We can’t really see, because we are just at the bottom of the hill. Then we hear a loud crash and a giatn tree comes tumbling down over the road. A clean up crew quickly remove all the dead wood off the road and we can continue.
We have time for one more stop. We drive north west direction Lago Patzcuaro and follow the signs to the ruins. The tiny cobblestone road takes up the mountain. There is a traffic jam. The hold up are a bunch of cowboys and their bulls. They refuse to move over and let us through, so we just hobble behind them until we are at the Pyramid site of Ihuatzio. (Meaning in Purépecha tongue, Place of Coyotes).

Before we continue, after we have seen the pyramid and read all the explanitory signs, we open the cool box for some refreshments which are nice and cold thanks to the possibility to plug the box into our 12 volt cigarette lighter, or 110 volt at the hotel. An old man carrying a pile of wood poses for a picture at my request and we treat him to a nice cold glass of apple juice.

It’s 5 pm. We discuss the plans and agree that it is important that we find a hotel in Morelia before dark. It’s slow going through those villages, but what a cultural experience to see all the activities, the many shops and the disorganized mess everywhere.
It may be messy, but every place we have been has been very clean and the woman always seem to be scrubbing, sweeping or washing.

We reach Morelia just after 6 pm. We have a pretty good city map and a name for a hotel. It’s a busy city but with a little bit of help from two female police officers we find our hotel much quicker than last night.

The price is a bit higher than in Patzcuaro but still under 500 Pesos a night. Who can beat that price. It’s amazing what you can do without if you want to stick to a budget.

We walk to the plaza where the beautiful cathedral is. What a sight with all those lights. Everyone seems to be outside, either in a coffee shop, restaurant or on the square. There is police everywhere, helping pedestrians cross the street or staffing the tourist information booth. They drive this cute electric car. There are all super friendly. Who said Police in Mexico is corrupt? We haven’t had any problem yet.

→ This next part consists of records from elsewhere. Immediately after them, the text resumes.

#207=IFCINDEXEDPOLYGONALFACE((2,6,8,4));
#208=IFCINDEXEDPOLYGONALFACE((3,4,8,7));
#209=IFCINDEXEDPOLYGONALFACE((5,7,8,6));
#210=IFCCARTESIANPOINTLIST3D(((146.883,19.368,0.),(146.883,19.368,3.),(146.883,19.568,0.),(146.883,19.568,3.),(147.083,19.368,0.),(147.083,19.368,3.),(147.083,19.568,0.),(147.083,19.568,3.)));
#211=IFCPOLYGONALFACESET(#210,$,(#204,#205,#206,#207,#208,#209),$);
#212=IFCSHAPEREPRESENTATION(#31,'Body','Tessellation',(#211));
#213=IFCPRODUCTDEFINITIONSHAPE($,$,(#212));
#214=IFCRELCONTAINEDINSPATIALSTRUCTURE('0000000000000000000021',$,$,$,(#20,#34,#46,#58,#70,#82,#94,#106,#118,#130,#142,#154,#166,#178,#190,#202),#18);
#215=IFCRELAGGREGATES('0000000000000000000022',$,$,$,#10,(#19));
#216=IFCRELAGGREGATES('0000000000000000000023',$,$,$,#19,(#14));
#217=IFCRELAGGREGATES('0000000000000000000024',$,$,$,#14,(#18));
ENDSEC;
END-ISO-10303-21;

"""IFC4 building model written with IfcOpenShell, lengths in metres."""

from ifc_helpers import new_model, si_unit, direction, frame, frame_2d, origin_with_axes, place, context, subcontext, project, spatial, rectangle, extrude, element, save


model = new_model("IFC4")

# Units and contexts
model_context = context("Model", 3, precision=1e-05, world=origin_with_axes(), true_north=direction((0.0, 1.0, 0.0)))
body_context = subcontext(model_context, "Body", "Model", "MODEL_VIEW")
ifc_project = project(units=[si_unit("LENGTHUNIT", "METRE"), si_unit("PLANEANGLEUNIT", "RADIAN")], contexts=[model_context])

The outdoor patios look so inviting we decided to sit down for a glass of wine.
We’re too cheap to buy an entire bottle and order the house wine, which at 60 Pesos a glass is the most awful wine I have ever tasted. Well, at least we're learning something every day.
Back at our room Mama wants to use some hot water, but claims there is only cold water coming out of the tap. We tell here that she needs to deposit 50 Pesos in the slot, just as the sign on the wall above the tap indicates. Ramiro gives her the coins and she returns to the bathroom, mumbling something along the line of: “What a rip off, hot water is suppose to be included in the price of the room”.
Meanwhile we try very hard not to laugh. The coins don’t fit in the wall. “It is a joke Mom” Ramiro tells her. They are trying to remind you not to waste any water.
She laughs with us. Ah, she’s a great sport.